That mistake has been around from before the battery was released. The correct value is 4.20 volt and usual there is a +/-0.05 volt tolerance on that, but this tolerance is not included in the shortform datasheet.


----------



## markr6 (Sep 10, 2013)

I recently got two from Fasttech, my first UNprotected 18650s. They charge to 4.20v on my Xtar WP2 II, unlike my EagleTac 3400s that seem to max out a 4.16v (fine by me). It must have to do with the PCB??

Mine appear shiny like they have a clear wrapper, but HKJs photos look like a dull matte finish. Maybe it's just the lighting in the photo.


----------



## torukmakto4 (Sep 10, 2013)

The factory heatshrink on mine is "semi-gloss". It's a typical super thin PET heatshrink as used by all battery manufacturers now, since PVC is frowned upon for RoHS or whatever, and PET has greater heat resistance for safety/short protection.

Do you have button tops from fasttech? Those are a rewrap and will have clear pvc shrinkwrap.


----------



## markr6 (Sep 10, 2013)

I believe they are button top. SKU 1345500. The website says so, but it's confusing sometimes and don't trust it completely. I guess if they are, it's a very short button. I got them since the contacts looked the same as my EagleTacs minus the PCB


----------



## torukmakto4 (Sep 10, 2013)

Yeah those are Fasttech's rewrap with added button and a layer of clear shrinkwrap. The factory positive terminal is flush with the insulator.


----------



## ledmitter_nli (Sep 10, 2013)

^^^ If it's shiny and there is this orange lead tape running up the side, then it's protected as well.


----------



## NeedMoreLight (Sep 10, 2013)

Can someone please measure the dia. of the protected version from Fasttech? The site shows 18.1mm. I would like to know for sure before I order a lot of them.


----------



## SAMongoose (Apr 25, 2016)

How long still until these batteries are not available anymore. Tesla is using the 18650 for Power Wall and the have patent on 18650. IF they dont stop our supply we can build our own alternative for the Power Wall.


----------



## StorminMatt (Apr 26, 2016)

SAMongoose said:


> How long still until these batteries are not available anymore. Tesla is using the 18650 for Power Wall and the have patent on 18650. IF they dont stop our supply we can build our own alternative for the Power Wall.

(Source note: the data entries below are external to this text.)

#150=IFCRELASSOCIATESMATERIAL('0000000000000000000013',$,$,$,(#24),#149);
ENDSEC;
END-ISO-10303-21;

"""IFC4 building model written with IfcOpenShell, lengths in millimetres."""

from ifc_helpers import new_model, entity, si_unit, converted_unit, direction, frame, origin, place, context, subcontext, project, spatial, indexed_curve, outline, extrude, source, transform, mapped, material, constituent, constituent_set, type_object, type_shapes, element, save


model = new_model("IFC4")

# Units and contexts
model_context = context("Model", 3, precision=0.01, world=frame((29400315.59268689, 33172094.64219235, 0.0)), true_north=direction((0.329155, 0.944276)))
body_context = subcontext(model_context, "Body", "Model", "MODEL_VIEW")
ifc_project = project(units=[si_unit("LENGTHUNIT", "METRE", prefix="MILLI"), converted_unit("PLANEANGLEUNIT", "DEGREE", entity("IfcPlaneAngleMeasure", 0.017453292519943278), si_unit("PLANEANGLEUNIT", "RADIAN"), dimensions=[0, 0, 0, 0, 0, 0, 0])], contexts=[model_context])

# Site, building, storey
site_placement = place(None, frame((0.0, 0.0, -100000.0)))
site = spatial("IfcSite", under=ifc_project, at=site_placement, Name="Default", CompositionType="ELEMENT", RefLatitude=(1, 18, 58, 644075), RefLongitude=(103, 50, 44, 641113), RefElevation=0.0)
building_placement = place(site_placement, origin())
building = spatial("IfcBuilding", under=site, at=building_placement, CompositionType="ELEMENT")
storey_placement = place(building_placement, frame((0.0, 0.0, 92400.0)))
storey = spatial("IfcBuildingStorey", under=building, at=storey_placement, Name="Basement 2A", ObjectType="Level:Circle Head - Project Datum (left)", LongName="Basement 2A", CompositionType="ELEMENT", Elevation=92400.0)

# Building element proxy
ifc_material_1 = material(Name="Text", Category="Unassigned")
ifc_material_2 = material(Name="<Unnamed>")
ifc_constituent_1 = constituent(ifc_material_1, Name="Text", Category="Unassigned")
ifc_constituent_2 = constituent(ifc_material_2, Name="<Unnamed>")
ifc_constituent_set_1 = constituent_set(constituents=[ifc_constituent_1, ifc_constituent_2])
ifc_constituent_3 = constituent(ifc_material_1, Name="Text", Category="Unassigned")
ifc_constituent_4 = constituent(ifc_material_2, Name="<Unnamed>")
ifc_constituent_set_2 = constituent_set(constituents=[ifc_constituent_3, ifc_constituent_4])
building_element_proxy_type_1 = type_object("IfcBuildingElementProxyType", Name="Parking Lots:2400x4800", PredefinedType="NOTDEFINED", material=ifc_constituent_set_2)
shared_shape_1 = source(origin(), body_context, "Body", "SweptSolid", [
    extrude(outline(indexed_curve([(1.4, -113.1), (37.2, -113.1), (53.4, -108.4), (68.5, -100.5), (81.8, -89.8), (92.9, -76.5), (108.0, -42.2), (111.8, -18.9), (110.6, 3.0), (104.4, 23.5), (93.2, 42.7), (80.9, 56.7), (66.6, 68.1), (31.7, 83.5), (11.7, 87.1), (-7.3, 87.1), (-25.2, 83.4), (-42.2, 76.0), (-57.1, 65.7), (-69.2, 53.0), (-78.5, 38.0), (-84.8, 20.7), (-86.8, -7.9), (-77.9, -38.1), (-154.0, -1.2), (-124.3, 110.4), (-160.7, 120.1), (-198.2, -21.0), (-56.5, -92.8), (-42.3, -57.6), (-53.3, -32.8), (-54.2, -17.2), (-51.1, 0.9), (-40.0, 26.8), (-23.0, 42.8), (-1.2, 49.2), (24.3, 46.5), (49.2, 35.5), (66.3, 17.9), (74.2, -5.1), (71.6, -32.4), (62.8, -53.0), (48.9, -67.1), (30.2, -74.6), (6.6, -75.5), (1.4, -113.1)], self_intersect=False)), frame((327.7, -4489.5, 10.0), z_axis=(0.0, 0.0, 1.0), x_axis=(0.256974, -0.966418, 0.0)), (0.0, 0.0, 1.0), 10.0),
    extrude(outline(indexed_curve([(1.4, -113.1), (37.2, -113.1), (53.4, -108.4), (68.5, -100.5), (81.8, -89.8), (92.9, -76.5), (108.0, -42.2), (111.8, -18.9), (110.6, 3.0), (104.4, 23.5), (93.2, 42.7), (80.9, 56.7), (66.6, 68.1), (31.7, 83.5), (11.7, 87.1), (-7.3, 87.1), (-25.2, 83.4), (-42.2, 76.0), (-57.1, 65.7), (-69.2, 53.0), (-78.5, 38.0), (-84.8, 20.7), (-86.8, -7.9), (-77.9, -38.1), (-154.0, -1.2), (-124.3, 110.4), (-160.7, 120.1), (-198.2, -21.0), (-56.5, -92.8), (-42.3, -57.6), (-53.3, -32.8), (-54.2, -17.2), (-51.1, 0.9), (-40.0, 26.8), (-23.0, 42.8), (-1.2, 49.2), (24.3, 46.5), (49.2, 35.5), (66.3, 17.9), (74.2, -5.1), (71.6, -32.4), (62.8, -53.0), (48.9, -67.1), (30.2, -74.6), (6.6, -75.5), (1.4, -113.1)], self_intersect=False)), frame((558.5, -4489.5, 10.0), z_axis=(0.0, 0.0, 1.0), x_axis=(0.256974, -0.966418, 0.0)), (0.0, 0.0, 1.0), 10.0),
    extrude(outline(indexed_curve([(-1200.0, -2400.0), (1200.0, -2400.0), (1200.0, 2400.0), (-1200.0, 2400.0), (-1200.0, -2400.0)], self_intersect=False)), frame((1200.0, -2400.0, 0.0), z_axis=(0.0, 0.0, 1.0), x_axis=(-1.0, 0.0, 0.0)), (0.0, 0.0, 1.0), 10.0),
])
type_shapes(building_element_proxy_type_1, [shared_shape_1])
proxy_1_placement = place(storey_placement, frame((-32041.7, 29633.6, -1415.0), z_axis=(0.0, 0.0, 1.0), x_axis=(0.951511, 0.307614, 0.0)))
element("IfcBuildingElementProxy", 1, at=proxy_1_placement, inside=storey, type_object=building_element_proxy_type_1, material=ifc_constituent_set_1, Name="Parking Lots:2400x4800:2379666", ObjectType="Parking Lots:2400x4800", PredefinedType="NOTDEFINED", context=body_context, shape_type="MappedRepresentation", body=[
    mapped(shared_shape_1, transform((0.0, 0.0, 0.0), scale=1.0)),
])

As a universal battery size used in many applications, Tesla CANNOT patent 18650 batteries. That would be like someone trying to patent bread. They can only patent specific uses of 18650s (like the Power Wall). As for the availability of the NCR18650B, I am not sure how longer they will be available, particularly since most people now buying the NCR18650GA. Then again, you can still get older cells like the NCR18650PD.


----------



## SAMongoose (Apr 26, 2016)

https://batterybro.com/blogs/18650-...-li-ion-battery-wholesalers-and-manufacturers .... http://mybroadband.co.za/news/energy/125594-tesla-powerwall-confirmed-for-south-africa.html.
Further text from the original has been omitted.